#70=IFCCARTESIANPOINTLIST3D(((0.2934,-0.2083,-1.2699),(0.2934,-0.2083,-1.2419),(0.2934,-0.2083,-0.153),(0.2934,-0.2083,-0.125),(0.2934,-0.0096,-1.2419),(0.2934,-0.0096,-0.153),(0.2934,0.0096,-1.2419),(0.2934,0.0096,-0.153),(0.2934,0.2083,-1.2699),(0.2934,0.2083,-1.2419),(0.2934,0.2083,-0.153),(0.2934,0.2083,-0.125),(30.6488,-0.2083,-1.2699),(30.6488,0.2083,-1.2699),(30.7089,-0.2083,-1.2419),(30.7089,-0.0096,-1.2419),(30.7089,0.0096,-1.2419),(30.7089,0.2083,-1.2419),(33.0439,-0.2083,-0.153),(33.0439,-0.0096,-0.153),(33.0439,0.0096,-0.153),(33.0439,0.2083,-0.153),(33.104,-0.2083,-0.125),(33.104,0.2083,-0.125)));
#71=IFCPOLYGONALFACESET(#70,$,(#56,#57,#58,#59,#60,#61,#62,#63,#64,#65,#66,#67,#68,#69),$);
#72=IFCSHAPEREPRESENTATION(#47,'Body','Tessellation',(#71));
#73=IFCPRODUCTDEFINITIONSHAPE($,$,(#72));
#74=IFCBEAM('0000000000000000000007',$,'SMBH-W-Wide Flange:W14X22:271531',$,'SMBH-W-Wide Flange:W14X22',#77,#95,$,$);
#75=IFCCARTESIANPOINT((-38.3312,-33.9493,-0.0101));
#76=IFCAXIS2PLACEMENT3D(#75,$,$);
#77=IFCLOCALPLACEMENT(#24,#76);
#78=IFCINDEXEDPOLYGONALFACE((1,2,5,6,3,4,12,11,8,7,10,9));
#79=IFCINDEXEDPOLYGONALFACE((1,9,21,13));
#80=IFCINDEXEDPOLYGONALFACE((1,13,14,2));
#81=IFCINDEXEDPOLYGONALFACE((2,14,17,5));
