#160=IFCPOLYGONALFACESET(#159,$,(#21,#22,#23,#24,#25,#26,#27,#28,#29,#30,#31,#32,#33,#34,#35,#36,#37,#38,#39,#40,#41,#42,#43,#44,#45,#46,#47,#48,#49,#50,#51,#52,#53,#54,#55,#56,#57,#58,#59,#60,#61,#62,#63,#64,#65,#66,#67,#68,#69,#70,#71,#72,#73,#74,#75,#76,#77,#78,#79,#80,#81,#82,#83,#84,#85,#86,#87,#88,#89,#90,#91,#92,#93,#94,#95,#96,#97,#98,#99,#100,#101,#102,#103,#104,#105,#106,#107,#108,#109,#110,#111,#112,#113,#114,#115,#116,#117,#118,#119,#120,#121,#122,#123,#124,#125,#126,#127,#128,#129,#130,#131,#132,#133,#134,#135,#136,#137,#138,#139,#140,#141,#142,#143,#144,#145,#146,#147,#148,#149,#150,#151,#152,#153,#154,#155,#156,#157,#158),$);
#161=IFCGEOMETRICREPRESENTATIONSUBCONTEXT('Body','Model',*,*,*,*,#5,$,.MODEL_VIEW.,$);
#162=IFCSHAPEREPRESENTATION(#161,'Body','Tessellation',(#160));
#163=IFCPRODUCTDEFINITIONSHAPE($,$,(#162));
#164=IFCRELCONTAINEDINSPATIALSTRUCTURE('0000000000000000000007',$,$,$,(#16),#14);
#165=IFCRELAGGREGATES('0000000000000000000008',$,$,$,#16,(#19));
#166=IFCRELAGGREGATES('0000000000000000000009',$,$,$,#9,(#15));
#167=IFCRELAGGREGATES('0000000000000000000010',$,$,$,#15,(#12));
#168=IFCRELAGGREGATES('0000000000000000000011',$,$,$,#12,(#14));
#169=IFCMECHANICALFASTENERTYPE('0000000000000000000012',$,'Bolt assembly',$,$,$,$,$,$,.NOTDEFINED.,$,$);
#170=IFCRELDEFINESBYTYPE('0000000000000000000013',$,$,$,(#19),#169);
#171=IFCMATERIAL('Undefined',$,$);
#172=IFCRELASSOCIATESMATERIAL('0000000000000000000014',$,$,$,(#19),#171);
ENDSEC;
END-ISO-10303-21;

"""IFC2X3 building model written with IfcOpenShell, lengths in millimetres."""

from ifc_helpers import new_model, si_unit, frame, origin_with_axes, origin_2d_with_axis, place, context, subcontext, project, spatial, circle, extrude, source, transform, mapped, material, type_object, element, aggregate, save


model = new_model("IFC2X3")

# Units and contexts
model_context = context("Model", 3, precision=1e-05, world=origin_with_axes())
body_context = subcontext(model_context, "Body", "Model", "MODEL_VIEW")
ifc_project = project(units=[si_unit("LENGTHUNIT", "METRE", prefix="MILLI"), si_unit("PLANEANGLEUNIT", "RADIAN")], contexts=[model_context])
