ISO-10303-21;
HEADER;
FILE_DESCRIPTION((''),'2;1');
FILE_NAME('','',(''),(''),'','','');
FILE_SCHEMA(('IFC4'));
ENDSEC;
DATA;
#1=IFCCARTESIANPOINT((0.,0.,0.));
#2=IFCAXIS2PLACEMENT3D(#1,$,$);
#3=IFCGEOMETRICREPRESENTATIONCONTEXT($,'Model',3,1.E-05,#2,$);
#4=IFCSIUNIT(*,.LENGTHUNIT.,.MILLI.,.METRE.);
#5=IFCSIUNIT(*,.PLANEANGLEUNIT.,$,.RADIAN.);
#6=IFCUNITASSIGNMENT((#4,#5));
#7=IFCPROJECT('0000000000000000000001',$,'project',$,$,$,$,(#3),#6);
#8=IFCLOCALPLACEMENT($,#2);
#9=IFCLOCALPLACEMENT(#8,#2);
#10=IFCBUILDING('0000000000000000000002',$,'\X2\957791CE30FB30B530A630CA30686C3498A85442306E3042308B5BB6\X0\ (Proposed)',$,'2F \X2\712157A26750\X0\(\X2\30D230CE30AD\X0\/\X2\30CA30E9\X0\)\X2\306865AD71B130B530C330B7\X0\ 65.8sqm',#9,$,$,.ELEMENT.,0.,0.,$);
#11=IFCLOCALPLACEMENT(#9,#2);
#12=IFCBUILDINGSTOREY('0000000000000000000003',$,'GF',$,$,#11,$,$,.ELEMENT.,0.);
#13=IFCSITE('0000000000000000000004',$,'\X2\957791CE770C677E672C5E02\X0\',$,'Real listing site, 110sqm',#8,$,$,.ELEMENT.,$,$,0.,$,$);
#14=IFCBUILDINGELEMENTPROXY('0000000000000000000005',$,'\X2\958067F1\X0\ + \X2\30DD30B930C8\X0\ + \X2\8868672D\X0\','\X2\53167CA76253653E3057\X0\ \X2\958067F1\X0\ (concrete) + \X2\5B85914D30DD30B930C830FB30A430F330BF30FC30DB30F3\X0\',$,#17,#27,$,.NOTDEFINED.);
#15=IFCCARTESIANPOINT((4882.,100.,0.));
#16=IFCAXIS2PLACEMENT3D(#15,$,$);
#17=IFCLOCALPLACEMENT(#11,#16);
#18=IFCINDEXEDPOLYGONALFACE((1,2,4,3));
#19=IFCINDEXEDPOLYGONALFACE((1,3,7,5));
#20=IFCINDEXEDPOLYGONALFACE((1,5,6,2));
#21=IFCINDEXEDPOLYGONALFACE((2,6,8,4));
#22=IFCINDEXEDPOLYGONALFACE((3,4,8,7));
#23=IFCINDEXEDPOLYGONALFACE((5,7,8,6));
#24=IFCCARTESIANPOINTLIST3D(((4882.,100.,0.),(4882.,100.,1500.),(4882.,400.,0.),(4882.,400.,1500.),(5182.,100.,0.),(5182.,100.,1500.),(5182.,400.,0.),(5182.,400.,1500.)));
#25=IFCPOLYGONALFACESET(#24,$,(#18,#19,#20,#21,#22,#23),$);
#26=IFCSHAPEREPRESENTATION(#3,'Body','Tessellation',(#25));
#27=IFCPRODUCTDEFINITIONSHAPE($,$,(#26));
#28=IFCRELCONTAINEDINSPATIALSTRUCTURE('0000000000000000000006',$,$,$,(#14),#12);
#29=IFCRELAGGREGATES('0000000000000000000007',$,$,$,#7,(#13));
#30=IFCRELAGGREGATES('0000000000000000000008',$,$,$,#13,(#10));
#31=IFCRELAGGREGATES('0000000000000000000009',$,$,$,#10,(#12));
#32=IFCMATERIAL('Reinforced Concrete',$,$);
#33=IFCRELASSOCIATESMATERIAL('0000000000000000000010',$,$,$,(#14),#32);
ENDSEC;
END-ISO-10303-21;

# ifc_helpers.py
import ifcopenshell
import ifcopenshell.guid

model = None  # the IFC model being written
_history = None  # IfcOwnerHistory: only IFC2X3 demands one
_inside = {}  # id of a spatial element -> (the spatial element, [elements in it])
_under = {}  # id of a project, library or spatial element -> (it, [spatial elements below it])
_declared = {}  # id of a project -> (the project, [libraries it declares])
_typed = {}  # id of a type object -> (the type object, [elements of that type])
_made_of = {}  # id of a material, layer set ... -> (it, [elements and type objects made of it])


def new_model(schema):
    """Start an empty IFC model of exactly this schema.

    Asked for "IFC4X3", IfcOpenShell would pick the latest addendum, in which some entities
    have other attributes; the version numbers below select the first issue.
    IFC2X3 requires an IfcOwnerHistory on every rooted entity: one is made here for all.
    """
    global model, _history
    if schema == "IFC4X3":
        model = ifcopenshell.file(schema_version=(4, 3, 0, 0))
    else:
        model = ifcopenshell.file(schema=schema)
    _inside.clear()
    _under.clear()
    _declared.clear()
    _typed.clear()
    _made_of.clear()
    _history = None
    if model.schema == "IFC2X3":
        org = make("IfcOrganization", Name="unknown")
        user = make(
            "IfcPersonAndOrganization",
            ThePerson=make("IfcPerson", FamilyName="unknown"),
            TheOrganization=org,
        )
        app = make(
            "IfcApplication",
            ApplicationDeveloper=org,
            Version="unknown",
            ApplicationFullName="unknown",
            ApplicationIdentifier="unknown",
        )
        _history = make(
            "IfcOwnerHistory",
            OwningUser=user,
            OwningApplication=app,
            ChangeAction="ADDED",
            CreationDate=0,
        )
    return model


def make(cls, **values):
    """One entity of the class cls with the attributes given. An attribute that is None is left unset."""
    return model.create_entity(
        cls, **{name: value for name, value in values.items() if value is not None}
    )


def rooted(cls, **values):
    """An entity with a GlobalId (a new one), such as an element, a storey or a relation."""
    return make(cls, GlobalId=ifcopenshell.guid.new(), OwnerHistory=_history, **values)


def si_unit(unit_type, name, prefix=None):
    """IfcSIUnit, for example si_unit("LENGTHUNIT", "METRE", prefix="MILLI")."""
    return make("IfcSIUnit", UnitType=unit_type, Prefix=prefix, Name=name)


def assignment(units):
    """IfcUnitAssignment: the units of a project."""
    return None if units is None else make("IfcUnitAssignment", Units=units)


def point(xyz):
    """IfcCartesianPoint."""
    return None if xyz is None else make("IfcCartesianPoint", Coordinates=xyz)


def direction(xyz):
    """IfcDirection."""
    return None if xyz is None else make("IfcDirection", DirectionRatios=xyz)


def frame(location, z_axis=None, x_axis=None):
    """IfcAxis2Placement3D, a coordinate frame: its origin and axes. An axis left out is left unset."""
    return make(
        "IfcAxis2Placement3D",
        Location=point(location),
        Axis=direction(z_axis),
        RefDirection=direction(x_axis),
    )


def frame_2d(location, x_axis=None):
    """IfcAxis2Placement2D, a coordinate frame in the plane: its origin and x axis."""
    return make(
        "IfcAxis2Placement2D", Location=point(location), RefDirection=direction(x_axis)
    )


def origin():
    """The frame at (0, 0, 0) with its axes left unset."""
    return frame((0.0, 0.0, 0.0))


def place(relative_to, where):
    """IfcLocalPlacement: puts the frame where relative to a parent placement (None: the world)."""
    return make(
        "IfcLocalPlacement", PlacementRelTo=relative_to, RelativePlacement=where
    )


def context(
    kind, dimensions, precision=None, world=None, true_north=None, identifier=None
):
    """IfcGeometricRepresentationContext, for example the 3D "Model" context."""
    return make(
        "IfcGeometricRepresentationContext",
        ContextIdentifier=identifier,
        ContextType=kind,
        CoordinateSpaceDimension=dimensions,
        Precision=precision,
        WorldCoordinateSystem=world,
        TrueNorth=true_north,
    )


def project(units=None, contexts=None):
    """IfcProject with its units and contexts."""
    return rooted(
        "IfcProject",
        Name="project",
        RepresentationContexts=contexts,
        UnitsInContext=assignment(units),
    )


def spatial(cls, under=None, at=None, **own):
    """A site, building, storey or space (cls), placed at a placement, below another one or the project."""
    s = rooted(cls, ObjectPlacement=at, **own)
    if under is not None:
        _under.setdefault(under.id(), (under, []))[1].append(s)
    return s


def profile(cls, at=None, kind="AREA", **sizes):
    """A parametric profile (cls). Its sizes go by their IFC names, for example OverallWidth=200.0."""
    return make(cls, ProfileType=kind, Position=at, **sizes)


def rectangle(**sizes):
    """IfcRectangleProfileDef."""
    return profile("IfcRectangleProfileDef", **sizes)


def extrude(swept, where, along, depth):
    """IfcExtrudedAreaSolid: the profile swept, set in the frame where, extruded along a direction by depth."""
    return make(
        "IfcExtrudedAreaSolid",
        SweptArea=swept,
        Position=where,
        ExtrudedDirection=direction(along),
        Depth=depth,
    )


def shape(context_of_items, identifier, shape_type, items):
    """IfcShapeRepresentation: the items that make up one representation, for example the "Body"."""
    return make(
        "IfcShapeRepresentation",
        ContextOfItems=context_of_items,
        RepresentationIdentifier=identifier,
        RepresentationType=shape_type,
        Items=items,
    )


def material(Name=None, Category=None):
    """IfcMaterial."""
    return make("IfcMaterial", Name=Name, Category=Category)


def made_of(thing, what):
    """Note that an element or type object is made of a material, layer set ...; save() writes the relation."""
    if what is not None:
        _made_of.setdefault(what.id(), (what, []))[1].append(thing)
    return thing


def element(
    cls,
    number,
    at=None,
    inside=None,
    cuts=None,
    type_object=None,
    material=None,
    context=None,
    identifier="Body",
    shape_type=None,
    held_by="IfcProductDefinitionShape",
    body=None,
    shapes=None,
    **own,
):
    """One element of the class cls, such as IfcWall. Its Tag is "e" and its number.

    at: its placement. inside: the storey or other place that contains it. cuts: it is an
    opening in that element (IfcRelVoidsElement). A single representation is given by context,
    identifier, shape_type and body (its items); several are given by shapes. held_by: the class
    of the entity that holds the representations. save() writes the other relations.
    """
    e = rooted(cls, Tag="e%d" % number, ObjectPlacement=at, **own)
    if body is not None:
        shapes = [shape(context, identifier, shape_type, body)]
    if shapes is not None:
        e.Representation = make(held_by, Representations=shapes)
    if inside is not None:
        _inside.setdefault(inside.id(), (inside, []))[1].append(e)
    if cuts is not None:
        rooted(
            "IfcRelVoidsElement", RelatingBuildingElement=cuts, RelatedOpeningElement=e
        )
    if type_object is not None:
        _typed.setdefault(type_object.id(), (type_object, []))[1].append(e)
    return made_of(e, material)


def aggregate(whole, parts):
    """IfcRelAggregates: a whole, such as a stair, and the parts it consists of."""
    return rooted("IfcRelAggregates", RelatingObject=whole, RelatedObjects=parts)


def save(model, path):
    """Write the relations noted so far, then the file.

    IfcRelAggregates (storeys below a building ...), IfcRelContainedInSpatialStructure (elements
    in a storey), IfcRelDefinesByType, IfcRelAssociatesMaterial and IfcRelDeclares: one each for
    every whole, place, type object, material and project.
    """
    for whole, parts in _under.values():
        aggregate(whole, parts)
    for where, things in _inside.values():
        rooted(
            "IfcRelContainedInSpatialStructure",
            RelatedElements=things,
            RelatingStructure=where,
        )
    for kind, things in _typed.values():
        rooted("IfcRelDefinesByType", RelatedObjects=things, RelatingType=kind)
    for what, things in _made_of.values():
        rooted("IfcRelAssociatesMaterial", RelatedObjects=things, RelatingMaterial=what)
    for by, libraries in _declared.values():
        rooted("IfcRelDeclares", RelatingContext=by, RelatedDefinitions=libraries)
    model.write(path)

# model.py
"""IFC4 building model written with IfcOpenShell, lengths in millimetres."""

from ifc_helpers import new_model, si_unit, frame, frame_2d, origin, place, context, project, spatial, rectangle, extrude, material, element, save


model = new_model("IFC4")

# Units and contexts
model_context = context("Model", 3, precision=1e-05, world=origin())
ifc_project = project(units=[si_unit("LENGTHUNIT", "METRE", prefix="MILLI"), si_unit("PLANEANGLEUNIT", "RADIAN")], contexts=[model_context])

# Site, building, storey
site_placement = place(None, origin())
site = spatial("IfcSite", under=ifc_project, at=site_placement, Name="長野県松本市", ObjectType="Real listing site, 110sqm", CompositionType="ELEMENT", RefElevation=0.0)
building_placement = place(site_placement, origin())
building = spatial("IfcBuilding", under=site, at=building_placement, Name="長野・サウナと水風呂のある家 (Proposed)", ObjectType="2F 無垢材(ヒノキ/ナラ)と断熱サッシ 65.8sqm", CompositionType="ELEMENT", ElevationOfRefHeight=0.0, ElevationOfTerrain=0.0)
storey_placement = place(building_placement, origin())
storey = spatial("IfcBuildingStorey", under=building, at=storey_placement, Name="GF", CompositionType="ELEMENT", Elevation=0.0)

# Shared definitions
ifc_material_1 = material(Name="Reinforced Concrete")

# Building element proxy
proxy_placement = place(storey_placement, frame((4882.0, 100.0, 0.0)))
element("IfcBuildingElementProxy", 1, at=proxy_placement, inside=storey, material=ifc_material_1, Name="門柱 + ポスト + 表札", Description="化粧打放し 門柱 (concrete) + 宅配ポスト・インターホン", PredefinedType="NOTDEFINED", context=model_context, shape_type="SweptSolid", body=[
    extrude(rectangle(XDim=300.0, YDim=300.0, at=frame_2d((150.0, 150.0))), frame((4882.0, 100.0, 0.0)), (0.0, 0.0, 1.0), 1500.0),
])

save(model, "model.ifc")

····················

Problem
Beginning at the line with "#79=IFCINDEXEDPOLYGONALFACE((1,9,21,13));" and ending at the line with "#81=IFCINDEXEDPOLYGONALFACE((2,14,17,5));", reproduce each line of the data above exactly, and add no other lines.

Final answer
#79=IFCINDEXEDPOLYGONALFACE((1,9,21,13));
#80=IFCINDEXEDPOLYGONALFACE((1,13,14,2));
#81=IFCINDEXEDPOLYGONALFACE((2,14,17,5));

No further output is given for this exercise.